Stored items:
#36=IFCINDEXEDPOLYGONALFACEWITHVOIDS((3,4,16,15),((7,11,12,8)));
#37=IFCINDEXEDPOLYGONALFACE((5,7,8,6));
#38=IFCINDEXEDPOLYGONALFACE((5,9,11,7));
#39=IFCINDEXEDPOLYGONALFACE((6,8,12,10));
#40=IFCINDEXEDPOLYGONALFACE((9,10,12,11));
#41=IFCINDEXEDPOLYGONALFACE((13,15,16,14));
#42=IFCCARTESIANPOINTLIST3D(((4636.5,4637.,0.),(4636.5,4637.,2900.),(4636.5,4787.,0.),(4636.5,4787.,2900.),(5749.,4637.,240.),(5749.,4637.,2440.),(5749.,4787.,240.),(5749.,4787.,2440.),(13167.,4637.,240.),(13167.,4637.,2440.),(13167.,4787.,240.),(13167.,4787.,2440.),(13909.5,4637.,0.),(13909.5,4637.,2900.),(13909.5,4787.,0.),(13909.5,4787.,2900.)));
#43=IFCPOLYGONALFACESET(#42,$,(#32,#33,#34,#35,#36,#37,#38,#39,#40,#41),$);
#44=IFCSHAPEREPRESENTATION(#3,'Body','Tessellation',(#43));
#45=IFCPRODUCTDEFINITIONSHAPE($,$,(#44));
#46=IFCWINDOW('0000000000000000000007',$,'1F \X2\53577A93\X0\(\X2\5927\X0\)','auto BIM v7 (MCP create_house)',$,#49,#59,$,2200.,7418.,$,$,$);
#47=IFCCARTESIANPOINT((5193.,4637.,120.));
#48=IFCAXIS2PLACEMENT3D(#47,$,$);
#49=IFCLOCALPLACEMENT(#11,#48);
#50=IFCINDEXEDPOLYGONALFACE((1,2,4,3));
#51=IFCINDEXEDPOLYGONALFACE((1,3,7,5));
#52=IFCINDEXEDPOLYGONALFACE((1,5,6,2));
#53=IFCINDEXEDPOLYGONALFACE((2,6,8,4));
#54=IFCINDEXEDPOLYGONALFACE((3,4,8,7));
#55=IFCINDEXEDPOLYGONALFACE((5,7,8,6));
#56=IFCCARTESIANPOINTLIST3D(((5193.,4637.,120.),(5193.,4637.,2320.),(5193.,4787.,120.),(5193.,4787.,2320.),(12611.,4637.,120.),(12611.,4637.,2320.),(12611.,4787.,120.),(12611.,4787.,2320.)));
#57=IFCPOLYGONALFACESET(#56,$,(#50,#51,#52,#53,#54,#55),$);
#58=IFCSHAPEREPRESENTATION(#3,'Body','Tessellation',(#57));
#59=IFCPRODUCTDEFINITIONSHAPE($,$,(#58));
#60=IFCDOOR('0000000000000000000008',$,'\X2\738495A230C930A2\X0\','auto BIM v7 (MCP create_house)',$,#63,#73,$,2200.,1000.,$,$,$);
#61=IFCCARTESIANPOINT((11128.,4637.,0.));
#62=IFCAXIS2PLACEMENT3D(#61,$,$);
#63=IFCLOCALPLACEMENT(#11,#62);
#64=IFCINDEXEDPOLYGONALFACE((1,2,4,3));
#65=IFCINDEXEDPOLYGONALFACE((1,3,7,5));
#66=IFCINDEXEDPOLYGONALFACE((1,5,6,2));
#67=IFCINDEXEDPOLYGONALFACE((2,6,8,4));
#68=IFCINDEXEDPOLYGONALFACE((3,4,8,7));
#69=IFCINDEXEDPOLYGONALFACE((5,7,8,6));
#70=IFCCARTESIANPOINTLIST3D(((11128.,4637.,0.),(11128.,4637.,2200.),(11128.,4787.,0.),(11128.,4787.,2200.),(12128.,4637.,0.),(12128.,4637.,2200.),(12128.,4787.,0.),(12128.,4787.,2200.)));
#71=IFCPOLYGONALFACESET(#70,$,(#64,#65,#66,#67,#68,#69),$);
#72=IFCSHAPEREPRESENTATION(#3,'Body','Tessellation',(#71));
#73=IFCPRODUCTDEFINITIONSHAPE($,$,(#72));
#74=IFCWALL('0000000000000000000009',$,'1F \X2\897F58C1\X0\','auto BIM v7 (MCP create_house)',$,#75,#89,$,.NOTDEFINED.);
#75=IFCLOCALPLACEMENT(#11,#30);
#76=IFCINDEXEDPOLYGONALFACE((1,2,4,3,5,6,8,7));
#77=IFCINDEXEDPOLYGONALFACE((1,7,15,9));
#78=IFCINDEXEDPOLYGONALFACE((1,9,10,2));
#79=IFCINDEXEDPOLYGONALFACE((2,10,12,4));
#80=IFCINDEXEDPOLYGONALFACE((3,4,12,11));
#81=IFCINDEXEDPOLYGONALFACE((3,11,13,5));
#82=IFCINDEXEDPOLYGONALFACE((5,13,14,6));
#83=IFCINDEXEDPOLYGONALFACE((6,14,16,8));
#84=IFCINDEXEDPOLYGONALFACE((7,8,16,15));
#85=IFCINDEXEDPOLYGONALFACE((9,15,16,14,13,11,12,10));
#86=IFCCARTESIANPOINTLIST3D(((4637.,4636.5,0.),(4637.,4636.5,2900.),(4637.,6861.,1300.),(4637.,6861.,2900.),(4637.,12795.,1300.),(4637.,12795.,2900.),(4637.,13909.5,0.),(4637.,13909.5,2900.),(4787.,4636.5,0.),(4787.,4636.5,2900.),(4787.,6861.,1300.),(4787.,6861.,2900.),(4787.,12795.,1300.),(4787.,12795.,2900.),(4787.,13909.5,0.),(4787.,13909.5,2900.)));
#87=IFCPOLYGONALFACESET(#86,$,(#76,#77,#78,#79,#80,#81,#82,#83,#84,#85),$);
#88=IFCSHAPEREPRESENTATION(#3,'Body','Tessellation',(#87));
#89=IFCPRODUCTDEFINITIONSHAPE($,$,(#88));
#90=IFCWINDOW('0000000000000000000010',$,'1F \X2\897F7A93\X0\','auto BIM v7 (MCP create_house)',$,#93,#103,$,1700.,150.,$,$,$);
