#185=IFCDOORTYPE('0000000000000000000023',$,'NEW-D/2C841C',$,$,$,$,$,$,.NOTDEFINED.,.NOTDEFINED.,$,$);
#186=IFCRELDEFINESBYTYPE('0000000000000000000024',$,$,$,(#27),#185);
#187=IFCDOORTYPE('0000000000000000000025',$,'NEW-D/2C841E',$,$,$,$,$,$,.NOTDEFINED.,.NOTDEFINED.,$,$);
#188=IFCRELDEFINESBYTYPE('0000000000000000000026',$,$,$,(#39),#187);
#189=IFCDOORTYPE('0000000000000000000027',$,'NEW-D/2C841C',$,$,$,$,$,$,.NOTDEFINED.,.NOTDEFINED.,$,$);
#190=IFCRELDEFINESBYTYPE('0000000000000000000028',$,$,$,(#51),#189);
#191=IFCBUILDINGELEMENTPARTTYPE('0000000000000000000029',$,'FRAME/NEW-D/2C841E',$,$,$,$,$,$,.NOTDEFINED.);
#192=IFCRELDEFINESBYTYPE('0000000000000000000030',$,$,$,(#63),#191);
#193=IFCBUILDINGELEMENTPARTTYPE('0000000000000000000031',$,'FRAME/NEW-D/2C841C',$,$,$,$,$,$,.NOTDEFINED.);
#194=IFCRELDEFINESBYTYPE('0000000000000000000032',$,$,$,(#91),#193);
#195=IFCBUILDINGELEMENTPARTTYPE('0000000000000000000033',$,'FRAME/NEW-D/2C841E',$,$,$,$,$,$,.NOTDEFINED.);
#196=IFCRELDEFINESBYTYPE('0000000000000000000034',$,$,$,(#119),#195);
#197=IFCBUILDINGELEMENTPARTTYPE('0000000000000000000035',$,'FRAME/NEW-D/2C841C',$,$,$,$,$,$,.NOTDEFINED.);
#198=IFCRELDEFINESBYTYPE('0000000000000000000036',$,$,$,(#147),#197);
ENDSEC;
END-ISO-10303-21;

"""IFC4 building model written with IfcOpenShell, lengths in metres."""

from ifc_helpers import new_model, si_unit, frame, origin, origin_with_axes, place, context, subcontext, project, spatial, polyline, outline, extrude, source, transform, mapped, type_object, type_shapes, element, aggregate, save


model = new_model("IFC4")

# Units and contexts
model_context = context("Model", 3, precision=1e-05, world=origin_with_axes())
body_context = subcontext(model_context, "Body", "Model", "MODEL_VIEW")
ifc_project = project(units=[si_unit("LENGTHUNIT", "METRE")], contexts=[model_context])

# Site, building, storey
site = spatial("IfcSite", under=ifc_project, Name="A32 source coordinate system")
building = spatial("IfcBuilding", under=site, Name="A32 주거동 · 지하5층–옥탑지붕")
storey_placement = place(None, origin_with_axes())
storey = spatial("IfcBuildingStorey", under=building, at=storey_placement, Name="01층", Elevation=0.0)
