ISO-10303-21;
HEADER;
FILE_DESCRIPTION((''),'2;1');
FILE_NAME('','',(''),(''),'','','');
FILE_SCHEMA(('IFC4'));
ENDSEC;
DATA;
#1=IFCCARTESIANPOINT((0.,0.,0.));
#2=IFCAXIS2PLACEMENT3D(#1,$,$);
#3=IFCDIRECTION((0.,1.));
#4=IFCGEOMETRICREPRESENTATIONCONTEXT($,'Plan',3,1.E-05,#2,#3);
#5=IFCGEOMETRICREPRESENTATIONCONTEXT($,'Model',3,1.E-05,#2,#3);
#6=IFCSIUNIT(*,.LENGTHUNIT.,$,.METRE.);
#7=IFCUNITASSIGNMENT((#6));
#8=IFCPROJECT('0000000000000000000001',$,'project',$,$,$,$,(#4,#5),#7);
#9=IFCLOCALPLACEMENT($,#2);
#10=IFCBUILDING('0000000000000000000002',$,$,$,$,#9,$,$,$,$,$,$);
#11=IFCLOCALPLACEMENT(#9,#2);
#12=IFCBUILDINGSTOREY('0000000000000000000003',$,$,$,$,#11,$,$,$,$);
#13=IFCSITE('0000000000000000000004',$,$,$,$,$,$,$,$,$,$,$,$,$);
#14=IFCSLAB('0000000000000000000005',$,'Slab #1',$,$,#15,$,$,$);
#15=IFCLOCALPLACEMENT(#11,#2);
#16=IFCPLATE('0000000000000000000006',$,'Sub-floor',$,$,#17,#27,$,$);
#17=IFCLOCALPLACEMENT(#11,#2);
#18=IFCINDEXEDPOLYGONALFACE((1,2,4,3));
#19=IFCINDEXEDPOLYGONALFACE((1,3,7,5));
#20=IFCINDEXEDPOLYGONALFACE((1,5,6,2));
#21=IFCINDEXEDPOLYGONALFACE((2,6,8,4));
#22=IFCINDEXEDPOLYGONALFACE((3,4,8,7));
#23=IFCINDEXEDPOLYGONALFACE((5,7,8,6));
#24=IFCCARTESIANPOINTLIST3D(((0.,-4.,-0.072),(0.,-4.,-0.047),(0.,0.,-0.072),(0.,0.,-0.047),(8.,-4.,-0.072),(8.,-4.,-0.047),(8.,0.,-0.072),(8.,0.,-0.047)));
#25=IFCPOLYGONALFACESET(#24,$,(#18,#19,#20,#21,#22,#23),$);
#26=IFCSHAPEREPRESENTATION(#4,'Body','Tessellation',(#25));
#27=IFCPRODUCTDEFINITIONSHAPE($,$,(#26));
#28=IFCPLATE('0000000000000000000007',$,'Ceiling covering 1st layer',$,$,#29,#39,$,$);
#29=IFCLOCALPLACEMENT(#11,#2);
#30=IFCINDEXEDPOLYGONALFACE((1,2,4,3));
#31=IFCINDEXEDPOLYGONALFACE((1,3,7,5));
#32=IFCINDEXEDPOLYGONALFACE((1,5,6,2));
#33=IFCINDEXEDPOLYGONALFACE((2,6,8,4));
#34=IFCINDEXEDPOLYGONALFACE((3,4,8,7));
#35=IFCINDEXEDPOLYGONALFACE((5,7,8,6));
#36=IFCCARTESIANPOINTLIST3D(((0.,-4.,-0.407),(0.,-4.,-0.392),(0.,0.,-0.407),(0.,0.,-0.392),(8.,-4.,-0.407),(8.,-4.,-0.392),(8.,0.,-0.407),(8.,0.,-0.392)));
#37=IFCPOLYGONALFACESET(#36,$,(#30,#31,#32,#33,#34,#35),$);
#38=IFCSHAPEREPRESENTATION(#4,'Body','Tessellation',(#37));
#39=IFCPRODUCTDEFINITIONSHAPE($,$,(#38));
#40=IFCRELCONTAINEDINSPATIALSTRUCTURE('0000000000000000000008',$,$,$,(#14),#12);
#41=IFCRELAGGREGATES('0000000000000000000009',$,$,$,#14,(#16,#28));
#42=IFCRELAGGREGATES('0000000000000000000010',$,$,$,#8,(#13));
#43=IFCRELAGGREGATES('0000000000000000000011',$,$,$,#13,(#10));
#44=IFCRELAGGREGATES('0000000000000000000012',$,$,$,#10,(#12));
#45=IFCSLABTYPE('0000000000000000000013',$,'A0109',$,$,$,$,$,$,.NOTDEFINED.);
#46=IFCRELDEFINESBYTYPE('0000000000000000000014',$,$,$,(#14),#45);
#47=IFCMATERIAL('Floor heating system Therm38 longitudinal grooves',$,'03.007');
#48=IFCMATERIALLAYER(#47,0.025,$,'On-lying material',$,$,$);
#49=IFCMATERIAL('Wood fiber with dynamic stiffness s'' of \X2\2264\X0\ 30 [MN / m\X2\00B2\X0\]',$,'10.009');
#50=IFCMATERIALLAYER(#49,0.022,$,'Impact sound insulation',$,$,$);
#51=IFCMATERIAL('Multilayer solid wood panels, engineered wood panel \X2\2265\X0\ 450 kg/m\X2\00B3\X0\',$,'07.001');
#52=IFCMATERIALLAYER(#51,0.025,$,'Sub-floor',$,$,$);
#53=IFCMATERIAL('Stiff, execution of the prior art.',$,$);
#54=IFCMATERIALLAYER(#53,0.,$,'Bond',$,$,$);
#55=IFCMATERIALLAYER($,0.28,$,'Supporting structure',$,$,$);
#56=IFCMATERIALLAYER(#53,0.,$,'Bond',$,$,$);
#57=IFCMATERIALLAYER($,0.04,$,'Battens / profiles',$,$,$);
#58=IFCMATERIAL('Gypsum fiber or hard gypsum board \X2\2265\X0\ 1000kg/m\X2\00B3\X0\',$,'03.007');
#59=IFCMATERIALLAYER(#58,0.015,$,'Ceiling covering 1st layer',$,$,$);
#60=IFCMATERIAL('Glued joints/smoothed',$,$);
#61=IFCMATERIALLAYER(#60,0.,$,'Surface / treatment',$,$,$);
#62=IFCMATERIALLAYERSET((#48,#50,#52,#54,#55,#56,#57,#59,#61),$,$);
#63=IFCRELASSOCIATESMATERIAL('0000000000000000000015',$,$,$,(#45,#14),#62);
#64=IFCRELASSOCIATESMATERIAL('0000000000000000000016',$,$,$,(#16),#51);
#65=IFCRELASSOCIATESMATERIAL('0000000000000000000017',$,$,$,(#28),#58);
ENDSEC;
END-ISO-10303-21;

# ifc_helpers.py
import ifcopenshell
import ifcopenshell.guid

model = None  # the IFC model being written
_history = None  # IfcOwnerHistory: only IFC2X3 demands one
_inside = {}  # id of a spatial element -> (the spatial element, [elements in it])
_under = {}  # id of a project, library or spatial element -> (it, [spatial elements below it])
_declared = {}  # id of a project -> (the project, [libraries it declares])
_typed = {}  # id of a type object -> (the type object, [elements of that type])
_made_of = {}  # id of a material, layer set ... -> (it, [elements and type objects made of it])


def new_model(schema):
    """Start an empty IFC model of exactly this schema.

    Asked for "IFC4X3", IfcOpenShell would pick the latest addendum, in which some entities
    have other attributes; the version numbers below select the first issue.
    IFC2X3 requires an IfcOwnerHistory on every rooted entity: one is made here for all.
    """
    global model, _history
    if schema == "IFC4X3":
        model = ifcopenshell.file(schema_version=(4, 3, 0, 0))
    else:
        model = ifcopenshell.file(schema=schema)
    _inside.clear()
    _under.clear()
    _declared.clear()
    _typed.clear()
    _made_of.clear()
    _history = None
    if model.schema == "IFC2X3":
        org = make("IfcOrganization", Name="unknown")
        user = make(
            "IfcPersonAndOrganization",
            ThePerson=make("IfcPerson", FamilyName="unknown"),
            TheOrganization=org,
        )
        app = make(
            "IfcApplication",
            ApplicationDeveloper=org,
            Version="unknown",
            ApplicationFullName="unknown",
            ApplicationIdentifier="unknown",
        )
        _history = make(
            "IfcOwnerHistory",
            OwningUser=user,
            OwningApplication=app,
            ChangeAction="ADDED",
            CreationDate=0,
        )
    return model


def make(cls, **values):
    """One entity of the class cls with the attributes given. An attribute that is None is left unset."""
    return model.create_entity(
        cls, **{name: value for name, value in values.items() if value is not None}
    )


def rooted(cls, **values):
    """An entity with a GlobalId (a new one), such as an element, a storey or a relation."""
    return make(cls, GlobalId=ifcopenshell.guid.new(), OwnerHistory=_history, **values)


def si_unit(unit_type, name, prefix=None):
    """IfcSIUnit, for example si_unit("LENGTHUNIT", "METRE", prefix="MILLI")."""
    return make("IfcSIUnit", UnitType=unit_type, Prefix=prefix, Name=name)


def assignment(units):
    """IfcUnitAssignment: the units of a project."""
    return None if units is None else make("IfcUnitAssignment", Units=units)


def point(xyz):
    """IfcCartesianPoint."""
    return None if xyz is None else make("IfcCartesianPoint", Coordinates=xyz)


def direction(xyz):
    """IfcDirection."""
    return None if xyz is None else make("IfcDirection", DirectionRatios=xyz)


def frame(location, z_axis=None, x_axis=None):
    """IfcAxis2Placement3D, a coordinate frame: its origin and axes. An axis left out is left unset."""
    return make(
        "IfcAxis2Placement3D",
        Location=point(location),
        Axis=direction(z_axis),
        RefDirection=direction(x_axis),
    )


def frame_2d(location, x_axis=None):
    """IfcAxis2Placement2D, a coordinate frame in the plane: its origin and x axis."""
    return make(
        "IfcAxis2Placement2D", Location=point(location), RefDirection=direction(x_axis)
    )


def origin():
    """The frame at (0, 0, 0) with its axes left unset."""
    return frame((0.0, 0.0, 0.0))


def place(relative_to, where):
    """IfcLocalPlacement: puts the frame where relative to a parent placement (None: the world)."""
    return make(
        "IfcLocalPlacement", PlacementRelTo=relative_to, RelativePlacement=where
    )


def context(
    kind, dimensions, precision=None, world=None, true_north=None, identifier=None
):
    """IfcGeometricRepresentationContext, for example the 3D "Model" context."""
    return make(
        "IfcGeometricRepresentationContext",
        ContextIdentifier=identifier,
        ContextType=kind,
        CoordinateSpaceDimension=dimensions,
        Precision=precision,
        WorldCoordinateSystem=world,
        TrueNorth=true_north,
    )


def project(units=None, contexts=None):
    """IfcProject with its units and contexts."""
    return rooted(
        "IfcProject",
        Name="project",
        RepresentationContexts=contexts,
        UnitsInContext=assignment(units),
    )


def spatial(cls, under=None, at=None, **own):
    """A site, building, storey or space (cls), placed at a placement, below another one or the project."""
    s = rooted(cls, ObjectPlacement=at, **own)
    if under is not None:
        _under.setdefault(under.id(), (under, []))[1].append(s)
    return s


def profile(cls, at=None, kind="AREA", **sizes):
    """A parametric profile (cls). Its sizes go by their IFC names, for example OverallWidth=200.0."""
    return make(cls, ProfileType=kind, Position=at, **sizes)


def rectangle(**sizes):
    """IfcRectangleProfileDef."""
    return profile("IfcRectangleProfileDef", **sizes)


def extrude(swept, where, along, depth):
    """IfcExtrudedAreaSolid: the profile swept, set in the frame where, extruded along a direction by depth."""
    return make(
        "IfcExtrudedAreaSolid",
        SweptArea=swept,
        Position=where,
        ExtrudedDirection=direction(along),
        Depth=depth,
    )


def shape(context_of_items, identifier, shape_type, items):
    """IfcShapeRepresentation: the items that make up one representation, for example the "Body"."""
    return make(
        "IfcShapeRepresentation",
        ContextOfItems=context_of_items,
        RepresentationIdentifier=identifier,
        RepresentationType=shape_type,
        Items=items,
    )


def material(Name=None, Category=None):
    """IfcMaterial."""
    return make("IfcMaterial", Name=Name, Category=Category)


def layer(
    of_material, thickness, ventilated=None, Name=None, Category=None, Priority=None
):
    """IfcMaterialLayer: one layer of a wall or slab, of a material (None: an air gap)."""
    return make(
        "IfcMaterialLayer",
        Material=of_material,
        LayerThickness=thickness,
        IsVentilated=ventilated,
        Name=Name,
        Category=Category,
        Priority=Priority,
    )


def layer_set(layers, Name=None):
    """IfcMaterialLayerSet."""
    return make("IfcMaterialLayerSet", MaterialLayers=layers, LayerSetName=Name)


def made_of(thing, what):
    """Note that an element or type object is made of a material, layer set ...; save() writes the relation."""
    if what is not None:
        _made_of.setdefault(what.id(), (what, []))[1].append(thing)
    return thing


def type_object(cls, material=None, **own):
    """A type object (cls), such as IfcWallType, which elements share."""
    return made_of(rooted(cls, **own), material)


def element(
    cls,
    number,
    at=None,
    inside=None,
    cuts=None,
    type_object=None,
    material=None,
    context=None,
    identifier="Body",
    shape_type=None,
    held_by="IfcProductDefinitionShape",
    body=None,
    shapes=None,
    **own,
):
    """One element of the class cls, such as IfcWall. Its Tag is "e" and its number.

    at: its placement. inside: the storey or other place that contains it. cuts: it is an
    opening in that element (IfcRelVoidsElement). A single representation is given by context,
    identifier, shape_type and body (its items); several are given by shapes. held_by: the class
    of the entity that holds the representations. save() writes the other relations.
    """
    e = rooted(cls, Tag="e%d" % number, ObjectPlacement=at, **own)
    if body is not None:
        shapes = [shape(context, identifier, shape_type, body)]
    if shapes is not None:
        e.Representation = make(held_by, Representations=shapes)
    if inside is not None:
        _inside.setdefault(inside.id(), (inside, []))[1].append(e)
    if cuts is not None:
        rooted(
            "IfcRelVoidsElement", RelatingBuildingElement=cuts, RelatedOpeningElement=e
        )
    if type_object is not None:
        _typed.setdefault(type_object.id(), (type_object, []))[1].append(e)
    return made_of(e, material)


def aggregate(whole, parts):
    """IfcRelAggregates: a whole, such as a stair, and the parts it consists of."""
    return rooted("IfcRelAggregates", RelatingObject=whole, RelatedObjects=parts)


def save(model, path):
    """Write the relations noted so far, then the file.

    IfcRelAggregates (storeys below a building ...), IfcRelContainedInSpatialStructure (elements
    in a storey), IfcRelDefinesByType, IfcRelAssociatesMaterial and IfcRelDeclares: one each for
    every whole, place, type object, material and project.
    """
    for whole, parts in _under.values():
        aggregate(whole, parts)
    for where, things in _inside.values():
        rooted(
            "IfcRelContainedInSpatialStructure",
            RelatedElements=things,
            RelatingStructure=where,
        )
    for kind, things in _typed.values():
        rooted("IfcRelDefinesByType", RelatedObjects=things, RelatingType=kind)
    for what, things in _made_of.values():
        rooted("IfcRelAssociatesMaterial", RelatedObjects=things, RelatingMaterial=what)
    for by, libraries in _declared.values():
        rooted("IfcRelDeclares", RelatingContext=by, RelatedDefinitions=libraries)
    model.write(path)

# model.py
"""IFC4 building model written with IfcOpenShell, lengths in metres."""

from ifc_helpers import new_model, si_unit, direction, frame, frame_2d, origin, place, context, project, spatial, rectangle, extrude, material, layer, layer_set, type_object, element, aggregate, save


model = new_model("IFC4")

# Units and contexts
plan_context = context("Plan", 3, precision=1e-05, world=origin(), true_north=direction((0.0, 1.0)))
model_context = context("Model", 3, precision=1e-05, world=origin(), true_north=direction((0.0, 1.0)))
ifc_project = project(units=[si_unit("LENGTHUNIT", "METRE")], contexts=[plan_context, model_context])

# Site, building, storey
site = spatial("IfcSite", under=ifc_project)
building_placement = place(None, origin())
building = spatial("IfcBuilding", under=site, at=building_placement)
storey_placement = place(building_placement, origin())
storey = spatial("IfcBuildingStorey", under=building, at=storey_placement)

# Slab, plates
ifc_material_1 = material(Name="Floor heating system Therm38 longitudinal grooves", Category="03.007")
ifc_layer_1 = layer(ifc_material_1, 0.025, Name="On-lying material")
ifc_material_2 = material(Name="Wood fiber with dynamic stiffness s' of ≤ 30 [MN / m²]", Category="10.009")
ifc_layer_2 = layer(ifc_material_2, 0.022, Name="Impact sound insulation")
ifc_material_3 = material(Name="Multilayer solid wood panels, engineered wood panel ≥ 450 kg/m³", Category="07.001")
ifc_layer_3 = layer(ifc_material_3, 0.025, Name="Sub-floor")
ifc_material_4 = material(Name="Stiff, execution of the prior art.")
ifc_layer_4 = layer(ifc_material_4, 0.0, Name="Bond")
ifc_layer_5 = layer(None, 0.28, Name="Supporting structure")
ifc_layer_6 = layer(ifc_material_4, 0.0, Name="Bond")
ifc_layer_7 = layer(None, 0.04, Name="Battens / profiles")
ifc_material_5 = material(Name="Gypsum fiber or hard gypsum board ≥ 1000kg/m³", Category="03.007")
ifc_layer_8 = layer(ifc_material_5, 0.015, Name="Ceiling covering 1st layer")
ifc_material_6 = material(Name="Glued joints/smoothed")
ifc_layer_9 = layer(ifc_material_6, 0.0, Name="Surface / treatment")
ifc_layer_set = layer_set([ifc_layer_1, ifc_layer_2, ifc_layer_3, ifc_layer_4, ifc_layer_5, ifc_layer_6, ifc_layer_7, ifc_layer_8, ifc_layer_9])
slab_type = type_object("IfcSlabType", Name="A0109", PredefinedType="NOTDEFINED", material=ifc_layer_set)
slab_placement = place(None, frame((0.0, 0.0, 0.0), z_axis=(0.0, 0.0, -1.0), x_axis=(1.0, 0.0, 0.0)))
slab = element("IfcSlab", 1, at=slab_placement, inside=storey, type_object=slab_type, material=ifc_layer_set, Name="Slab #1")
plate_1_placement = place(slab_placement, origin())
plate_1 = element("IfcPlate", 2, at=plate_1_placement, material=ifc_material_3, Name="Sub-floor", context=plan_context, shape_type="SweptSolid", body=[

> [TASK PROMPT] Your task is to copy every line in the entries that holds the string "RelatedObjects".

> [ANSWER SECTION]
    return rooted("IfcRelAggregates", RelatingObject=whole, RelatedObjects=parts)
        rooted("IfcRelDefinesByType", RelatedObjects=things, RelatingType=kind)
        rooted("IfcRelAssociatesMaterial", RelatedObjects=things, RelatingMaterial=what)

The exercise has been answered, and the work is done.